=== EXTRACTED INFORMATION ===
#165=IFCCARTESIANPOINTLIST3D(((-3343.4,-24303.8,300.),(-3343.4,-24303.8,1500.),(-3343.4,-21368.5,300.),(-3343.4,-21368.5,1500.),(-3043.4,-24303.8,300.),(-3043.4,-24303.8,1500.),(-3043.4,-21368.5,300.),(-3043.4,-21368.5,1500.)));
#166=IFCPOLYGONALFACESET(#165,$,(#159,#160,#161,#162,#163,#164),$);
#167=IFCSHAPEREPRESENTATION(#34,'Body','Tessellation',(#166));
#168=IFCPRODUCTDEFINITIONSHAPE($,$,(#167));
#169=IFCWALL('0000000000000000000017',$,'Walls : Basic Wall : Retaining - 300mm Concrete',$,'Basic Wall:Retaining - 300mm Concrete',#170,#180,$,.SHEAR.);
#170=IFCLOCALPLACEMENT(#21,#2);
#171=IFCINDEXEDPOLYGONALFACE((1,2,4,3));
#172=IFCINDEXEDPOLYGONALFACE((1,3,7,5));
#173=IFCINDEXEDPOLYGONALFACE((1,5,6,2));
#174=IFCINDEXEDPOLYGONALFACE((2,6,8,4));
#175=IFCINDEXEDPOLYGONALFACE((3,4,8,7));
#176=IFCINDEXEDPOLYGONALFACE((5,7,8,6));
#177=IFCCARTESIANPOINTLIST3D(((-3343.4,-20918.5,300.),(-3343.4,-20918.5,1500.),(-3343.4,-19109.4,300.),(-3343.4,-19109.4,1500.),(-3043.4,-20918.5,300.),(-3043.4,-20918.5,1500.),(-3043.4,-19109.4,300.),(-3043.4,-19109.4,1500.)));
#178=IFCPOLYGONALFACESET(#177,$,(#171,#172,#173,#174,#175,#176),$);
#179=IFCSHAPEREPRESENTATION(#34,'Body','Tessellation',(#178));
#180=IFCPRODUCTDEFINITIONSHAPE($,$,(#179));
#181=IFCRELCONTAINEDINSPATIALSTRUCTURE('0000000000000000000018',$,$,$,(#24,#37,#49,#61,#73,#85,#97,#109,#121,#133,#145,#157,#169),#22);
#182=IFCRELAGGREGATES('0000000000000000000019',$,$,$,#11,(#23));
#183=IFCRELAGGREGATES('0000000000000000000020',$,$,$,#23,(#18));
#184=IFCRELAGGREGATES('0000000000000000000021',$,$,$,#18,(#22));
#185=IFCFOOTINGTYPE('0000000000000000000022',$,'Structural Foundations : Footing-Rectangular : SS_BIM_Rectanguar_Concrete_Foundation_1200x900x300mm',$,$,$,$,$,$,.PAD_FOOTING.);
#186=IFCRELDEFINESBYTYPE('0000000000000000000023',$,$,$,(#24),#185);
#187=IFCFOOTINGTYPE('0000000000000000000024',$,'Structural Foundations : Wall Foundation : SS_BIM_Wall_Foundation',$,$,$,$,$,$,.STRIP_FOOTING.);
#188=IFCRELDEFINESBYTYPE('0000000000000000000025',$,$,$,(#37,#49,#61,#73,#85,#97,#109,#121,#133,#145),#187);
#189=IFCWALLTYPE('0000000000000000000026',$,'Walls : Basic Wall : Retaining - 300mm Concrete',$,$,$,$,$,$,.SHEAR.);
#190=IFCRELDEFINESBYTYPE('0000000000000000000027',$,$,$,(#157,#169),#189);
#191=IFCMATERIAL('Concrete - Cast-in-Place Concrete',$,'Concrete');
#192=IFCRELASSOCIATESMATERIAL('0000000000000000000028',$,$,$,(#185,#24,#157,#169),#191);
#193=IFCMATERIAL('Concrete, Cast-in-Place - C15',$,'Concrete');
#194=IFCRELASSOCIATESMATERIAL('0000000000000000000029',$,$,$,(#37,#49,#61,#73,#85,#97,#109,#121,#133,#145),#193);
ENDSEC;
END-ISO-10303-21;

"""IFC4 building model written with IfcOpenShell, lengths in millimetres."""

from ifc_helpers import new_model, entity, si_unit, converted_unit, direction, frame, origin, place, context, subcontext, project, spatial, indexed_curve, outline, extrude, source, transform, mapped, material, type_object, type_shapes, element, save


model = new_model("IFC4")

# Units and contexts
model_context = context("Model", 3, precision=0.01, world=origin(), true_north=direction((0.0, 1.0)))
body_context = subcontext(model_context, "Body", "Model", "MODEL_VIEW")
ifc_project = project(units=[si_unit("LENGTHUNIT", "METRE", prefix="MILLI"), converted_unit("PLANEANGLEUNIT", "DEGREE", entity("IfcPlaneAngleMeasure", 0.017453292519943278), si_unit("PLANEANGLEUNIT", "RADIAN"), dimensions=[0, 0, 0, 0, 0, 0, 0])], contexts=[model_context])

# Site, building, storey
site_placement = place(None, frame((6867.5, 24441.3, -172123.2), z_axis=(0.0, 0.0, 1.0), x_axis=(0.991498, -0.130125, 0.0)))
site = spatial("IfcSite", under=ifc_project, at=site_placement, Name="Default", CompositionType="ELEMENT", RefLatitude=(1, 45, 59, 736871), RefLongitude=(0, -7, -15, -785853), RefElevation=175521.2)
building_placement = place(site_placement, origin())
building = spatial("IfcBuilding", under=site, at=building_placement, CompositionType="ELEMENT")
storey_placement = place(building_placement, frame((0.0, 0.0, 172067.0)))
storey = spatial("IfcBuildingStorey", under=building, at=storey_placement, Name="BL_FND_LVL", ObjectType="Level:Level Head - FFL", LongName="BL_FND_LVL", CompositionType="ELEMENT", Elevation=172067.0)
===
=== EXTRACTED INFORMATION ===
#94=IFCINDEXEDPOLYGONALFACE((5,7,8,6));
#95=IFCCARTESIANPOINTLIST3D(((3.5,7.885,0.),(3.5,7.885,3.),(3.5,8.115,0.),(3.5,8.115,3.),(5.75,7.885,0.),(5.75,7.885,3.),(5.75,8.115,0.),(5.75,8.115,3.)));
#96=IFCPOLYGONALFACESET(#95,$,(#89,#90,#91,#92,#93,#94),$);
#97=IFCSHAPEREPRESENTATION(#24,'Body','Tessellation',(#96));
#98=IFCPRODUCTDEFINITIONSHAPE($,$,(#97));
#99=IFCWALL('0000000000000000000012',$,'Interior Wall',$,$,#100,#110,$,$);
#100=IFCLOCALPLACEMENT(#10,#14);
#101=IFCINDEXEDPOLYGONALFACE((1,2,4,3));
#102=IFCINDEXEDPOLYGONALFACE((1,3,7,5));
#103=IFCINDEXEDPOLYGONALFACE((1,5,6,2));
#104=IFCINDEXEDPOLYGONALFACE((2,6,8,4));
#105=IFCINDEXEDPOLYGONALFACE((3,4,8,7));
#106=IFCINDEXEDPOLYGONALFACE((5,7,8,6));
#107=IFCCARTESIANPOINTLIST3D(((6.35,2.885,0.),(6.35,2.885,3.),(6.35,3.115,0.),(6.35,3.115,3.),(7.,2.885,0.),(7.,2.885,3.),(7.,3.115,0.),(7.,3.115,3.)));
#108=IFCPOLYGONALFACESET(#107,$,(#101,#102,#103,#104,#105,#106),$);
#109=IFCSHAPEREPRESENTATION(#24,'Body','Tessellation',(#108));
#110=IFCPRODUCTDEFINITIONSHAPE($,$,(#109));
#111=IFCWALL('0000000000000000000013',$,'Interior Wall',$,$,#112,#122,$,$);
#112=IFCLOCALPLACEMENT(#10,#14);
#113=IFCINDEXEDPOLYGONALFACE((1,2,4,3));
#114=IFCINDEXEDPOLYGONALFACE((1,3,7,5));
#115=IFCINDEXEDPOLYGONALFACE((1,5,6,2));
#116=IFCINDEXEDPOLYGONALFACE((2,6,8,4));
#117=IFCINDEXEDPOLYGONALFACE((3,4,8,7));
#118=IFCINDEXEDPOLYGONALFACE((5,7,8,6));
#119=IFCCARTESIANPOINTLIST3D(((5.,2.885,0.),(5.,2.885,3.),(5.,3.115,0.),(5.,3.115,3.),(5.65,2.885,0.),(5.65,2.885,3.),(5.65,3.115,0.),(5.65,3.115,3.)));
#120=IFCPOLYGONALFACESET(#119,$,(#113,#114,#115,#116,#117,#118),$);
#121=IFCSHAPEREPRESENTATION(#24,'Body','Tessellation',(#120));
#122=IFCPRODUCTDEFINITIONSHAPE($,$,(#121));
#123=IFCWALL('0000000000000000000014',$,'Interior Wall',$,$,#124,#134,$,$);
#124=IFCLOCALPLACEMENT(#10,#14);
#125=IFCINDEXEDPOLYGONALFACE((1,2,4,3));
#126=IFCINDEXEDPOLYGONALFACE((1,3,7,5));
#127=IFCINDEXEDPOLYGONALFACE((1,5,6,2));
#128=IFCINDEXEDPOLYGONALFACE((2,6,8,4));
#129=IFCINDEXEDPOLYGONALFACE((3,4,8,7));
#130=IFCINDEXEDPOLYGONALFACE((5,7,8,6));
===
=== EXTRACTED INFORMATION ===
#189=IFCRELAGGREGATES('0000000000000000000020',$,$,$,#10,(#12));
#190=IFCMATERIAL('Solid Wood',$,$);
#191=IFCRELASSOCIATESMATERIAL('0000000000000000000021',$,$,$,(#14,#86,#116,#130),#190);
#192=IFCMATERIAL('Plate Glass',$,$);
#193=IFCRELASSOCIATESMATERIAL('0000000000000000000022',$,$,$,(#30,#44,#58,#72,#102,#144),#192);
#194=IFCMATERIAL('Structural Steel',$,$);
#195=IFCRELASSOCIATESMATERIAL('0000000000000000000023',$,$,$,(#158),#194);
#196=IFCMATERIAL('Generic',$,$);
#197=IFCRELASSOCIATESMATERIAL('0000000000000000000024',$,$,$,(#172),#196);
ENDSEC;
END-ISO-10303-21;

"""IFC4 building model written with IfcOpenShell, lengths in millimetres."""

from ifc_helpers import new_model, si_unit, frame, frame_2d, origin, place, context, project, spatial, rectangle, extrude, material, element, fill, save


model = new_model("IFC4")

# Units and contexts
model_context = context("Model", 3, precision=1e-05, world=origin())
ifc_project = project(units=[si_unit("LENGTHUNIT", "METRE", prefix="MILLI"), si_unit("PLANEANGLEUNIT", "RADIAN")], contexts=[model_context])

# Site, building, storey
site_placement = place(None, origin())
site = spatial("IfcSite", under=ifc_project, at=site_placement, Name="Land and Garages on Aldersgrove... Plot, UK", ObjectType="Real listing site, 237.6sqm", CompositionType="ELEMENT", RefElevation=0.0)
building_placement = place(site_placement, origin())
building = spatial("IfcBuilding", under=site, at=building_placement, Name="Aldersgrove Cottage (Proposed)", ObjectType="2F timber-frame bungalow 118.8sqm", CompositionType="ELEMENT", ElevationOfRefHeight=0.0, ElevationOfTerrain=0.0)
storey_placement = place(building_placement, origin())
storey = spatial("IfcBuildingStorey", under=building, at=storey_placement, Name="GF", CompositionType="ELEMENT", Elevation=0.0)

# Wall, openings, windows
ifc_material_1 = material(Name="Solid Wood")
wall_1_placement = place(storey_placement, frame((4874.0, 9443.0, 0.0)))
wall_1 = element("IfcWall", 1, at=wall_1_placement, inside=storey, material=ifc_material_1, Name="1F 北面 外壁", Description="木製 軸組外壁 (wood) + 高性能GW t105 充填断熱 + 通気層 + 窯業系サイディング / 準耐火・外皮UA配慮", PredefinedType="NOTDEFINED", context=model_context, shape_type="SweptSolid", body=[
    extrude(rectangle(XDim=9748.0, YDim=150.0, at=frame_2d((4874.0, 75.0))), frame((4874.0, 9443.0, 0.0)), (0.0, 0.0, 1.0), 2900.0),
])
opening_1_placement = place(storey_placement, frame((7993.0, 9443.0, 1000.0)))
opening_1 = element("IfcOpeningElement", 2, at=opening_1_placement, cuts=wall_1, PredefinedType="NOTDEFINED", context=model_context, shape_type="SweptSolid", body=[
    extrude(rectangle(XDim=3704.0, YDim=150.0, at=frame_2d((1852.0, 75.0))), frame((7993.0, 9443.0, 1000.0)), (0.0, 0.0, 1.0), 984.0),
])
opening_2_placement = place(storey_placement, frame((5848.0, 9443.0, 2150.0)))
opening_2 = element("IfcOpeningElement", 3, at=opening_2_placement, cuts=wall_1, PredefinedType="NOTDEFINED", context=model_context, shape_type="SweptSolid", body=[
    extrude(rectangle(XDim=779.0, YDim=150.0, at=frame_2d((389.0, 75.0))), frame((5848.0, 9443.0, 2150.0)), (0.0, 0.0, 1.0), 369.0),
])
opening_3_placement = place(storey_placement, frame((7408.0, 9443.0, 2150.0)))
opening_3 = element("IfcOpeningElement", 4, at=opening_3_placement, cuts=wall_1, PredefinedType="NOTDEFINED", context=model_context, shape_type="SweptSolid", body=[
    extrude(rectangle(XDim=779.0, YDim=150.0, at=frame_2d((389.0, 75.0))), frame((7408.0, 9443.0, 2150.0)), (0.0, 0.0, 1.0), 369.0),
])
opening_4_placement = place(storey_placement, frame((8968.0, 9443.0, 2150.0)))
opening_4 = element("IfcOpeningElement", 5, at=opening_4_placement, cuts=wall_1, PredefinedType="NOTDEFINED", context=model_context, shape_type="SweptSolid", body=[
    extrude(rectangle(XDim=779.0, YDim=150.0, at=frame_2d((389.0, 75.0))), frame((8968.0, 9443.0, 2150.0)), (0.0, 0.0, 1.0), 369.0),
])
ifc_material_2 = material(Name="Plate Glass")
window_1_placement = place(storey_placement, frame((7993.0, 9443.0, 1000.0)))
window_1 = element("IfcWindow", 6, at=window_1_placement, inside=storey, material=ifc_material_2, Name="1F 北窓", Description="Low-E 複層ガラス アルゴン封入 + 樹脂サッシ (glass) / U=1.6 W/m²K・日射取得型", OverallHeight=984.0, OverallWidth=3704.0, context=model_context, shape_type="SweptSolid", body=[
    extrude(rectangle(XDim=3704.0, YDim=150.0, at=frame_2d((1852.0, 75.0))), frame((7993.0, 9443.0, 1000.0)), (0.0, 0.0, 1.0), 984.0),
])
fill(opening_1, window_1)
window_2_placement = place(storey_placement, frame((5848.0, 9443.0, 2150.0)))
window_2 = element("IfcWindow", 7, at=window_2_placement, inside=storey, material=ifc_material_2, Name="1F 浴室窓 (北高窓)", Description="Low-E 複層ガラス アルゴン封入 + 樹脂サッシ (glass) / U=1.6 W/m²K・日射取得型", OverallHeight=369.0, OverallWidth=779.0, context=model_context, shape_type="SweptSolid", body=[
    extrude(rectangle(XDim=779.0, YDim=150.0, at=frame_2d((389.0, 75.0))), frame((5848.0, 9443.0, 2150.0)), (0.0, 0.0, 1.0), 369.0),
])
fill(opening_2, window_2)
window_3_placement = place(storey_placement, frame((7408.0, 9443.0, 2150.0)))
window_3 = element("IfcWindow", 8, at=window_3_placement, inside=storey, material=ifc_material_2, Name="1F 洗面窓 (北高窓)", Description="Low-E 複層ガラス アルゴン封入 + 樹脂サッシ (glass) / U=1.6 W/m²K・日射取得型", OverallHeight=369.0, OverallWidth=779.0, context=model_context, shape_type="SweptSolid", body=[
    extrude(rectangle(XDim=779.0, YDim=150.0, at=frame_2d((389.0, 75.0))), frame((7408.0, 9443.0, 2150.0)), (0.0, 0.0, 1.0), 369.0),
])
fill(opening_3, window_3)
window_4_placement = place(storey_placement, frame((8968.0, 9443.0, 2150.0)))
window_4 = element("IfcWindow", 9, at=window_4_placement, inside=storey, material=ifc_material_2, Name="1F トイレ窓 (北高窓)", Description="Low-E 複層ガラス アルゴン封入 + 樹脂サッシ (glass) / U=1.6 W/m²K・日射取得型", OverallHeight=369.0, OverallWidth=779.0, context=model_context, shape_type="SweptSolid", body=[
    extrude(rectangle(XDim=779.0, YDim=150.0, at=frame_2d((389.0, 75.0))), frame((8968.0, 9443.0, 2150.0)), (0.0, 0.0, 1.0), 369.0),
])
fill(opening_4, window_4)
===
▶ **PROBLEM DESCRIPTION**
Report every line above that has the string "import" in it.

▶ **RESULT OF THE TASK**
from ifc_helpers import new_model, entity, si_unit, converted_unit, direction, frame, origin, place, context, subcontext, project, spatial, indexed_curve, outline, extrude, source, transform, mapped, material, type_object, type_shapes, element, save
from ifc_helpers import new_model, si_unit, frame, frame_2d, origin, place, context, project, spatial, rectangle, extrude, material, element, fill, save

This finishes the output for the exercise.